Treatment is symptomatic.

Adverse reactions.

Adverse reactions are categorized by frequency as follows: very common (≥ 1/10), common (≥ 1/100 to < 1/10), uncommon (≥ 1/1000 to < 1/100), rare (≥ 1/10000 to < 1/1000), very rare (< 1/10000), and not known (frequency cannot be estimated from available data).

In addition, there have been very rare reports of bleeding during the use of acetylcysteine, sometimes due to hypersensitivity reactions.

In very rare cases, severe skin reactions such as Stevens-Johnson syndrome and Lyell's syndrome have been reported in connection with the use of acetylcysteine. In most of these cases, at least one other medicinal product could have contributed to the development of the skin-mucosal syndrome.

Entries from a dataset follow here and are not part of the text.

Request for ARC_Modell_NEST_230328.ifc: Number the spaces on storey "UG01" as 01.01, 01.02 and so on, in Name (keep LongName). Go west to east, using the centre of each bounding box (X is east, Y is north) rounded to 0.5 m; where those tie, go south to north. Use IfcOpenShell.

First a look at what the model holds.

```python
import ifcopenshell
import ifcopenshell.util.element
import ifcopenshell.util.placement

model = ifcopenshell.open("ARC_Modell_NEST_230328.ifc")
print(model.schema)
storey = next(s for s in model.by_type("IfcBuildingStorey") if s.Name == "UG01")
spaces = [e for e in ifcopenshell.util.element.get_decomposition(storey) if e.is_a("IfcSpace")]
for e in sorted(spaces, key=lambda e: e.id()):
    origin = ifcopenshell.util.placement.get_local_placement(e.ObjectPlacement)[:3, 3]
    print(e.id(), e.Name, e.LongName, origin.round(2) + 0.0, sep=" | ")
```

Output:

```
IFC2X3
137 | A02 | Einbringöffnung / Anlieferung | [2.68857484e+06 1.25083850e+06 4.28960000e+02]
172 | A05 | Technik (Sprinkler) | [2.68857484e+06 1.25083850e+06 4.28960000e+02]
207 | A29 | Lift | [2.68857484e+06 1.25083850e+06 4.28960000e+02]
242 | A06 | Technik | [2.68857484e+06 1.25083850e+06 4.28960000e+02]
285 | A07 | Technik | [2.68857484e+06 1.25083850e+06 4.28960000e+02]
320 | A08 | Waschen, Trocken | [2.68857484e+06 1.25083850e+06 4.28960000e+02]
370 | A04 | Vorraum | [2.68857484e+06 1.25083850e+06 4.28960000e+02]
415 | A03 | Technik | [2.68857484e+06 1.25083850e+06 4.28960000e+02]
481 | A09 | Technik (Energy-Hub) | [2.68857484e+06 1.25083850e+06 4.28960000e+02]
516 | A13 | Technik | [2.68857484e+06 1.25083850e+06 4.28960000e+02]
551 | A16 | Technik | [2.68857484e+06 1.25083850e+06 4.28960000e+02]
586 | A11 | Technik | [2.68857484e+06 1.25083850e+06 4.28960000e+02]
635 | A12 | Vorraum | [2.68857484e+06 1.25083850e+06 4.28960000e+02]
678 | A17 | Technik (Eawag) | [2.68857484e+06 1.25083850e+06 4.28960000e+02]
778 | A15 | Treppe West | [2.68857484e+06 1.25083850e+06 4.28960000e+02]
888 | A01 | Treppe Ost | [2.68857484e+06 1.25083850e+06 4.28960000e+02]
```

```python
import ifcopenshell
import ifcopenshell.geom
import ifcopenshell.util.element
import ifcopenshell.util.shape

model = ifcopenshell.open("ARC_Modell_NEST_230328.ifc")
settings = ifcopenshell.geom.settings()
settings.set("use-world-coords", True)


def centre(element):
    shape = ifcopenshell.geom.create_shape(settings, element)
    return ifcopenshell.util.shape.get_bbox_centroid(shape.geometry)


storey = next(s for s in model.by_type("IfcBuildingStorey") if s.Name == "UG01")
spaces = [e for e in ifcopenshell.util.element.get_decomposition(storey) if e.is_a("IfcSpace")]

# Insertion points can sit at a corner or the storey origin, so sort by the geometry (in metres).
centres = {e: centre(e) for e in spaces}
spaces.sort(key=lambda e: (round(centres[e][0] / 0.5), centres[e][1]))

for i, e in enumerate(spaces, start=1):
    number = f"01.{i:02d}"
    e.Name = number
    print(e.id(), number)

model.write("ARC_Modell_NEST_230328_v2.ifc")
```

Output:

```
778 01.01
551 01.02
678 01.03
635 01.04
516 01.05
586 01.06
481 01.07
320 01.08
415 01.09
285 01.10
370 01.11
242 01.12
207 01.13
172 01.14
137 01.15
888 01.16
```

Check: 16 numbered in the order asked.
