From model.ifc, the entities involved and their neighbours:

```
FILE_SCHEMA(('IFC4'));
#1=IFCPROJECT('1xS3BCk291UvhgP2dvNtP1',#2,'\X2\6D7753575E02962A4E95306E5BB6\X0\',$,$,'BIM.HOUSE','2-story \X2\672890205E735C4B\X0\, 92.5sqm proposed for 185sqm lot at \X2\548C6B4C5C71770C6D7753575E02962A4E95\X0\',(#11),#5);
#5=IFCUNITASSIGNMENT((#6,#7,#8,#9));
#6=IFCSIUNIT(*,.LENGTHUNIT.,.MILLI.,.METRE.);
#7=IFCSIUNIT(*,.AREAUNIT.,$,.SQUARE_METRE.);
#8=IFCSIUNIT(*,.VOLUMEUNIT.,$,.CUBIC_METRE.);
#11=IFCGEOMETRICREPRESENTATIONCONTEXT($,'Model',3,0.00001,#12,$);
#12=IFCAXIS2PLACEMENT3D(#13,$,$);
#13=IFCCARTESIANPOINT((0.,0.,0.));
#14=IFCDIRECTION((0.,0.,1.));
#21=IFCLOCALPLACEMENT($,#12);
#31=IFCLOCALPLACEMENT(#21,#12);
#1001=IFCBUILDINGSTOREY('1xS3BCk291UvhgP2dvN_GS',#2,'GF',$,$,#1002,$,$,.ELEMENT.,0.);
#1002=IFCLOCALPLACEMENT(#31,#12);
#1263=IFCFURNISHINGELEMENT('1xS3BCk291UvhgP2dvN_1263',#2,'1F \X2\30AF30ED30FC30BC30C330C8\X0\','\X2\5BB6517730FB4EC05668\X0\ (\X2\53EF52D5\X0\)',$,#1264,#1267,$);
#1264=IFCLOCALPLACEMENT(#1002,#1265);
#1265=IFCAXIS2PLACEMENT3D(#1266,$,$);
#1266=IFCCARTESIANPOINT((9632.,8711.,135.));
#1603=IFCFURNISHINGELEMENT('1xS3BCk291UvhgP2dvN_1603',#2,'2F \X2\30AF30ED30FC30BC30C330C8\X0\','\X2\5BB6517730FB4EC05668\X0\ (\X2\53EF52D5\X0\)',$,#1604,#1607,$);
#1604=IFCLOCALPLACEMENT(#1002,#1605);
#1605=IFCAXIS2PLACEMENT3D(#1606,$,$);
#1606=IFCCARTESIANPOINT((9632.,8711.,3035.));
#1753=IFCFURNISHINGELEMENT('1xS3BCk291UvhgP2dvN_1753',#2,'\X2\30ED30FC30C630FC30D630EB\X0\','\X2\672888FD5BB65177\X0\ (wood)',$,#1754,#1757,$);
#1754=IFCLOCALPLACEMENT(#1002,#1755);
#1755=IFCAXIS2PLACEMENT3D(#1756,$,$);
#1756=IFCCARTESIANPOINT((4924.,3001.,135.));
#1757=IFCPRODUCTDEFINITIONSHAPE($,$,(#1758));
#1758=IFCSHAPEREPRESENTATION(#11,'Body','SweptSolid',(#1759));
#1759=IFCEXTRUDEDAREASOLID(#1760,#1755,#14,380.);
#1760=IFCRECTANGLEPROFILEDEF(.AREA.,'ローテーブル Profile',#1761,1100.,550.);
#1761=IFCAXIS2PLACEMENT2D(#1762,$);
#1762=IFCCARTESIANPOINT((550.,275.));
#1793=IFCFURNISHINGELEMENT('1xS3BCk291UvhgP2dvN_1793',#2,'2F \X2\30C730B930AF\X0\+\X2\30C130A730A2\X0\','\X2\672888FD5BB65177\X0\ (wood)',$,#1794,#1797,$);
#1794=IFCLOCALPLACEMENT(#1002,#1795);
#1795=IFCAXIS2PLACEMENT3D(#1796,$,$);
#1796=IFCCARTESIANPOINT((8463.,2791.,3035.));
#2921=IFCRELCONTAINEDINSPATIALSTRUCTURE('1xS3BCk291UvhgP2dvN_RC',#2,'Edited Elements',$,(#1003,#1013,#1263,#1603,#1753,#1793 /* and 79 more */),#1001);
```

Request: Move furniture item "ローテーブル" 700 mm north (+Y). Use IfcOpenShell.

```python
import ifcopenshell
import ifcopenshell.api.geometry
import ifcopenshell.util.placement
import ifcopenshell.util.unit

model = ifcopenshell.open("model.ifc")
unit_scale = ifcopenshell.util.unit.calculate_unit_scale(model)

item = model.by_guid("1xS3BCk291UvhgP2dvN_1753")
matrix = ifcopenshell.util.placement.get_local_placement(item.ObjectPlacement)
matrix[1, 3] += 0.7 / unit_scale
ifcopenshell.api.geometry.edit_object_placement(model, product=item, matrix=matrix, is_si=False)

print(ifcopenshell.util.placement.get_local_placement(item.ObjectPlacement).round(3) + 0.0)

model.write("model_rev.ifc")
```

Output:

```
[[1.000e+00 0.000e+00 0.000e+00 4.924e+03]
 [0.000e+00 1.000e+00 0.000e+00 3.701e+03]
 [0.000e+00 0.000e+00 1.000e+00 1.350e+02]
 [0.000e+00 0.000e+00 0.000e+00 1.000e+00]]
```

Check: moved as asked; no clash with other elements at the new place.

If any new changes appear on the skin or mucous membranes, a physician should be consulted immediately and administration of acetylcysteine should be discontinued promptly.

Cases of reduced platelet aggregation have been observed; however, the clinical significance of this effect has not been established.

Reporting suspected adverse reactions.

Reporting suspected adverse reactions after marketing authorization is of great importance. It allows continuous monitoring of the benefit-risk balance of the medicinal product. Healthcare professionals should report any suspected adverse reactions in accordance with national regulatory requirements.

Shelf life. 3 years.

Storage conditions.

Store in the original packaging at a temperature not exceeding 30 °C.

Keep out of the reach of children.

Packaging.

Each sachet contains 3 g of powder (600 mg active ingredient). Packaged in cardboard boxes containing 10, 20, or 50 sachets.

Availability. Over-the-counter (without prescription).

Manufacturer.

Lindopharm GmbH.

Manufacturer's address and location of operations.

Neue Strasse 82, 40721 Hilden, Germany.

Marketing Authorization Holder.

Esparma GmbH.

Address of Marketing Authorization Holder.

Bielefelder Strasse 1, 39171 Sülzetal, Germany.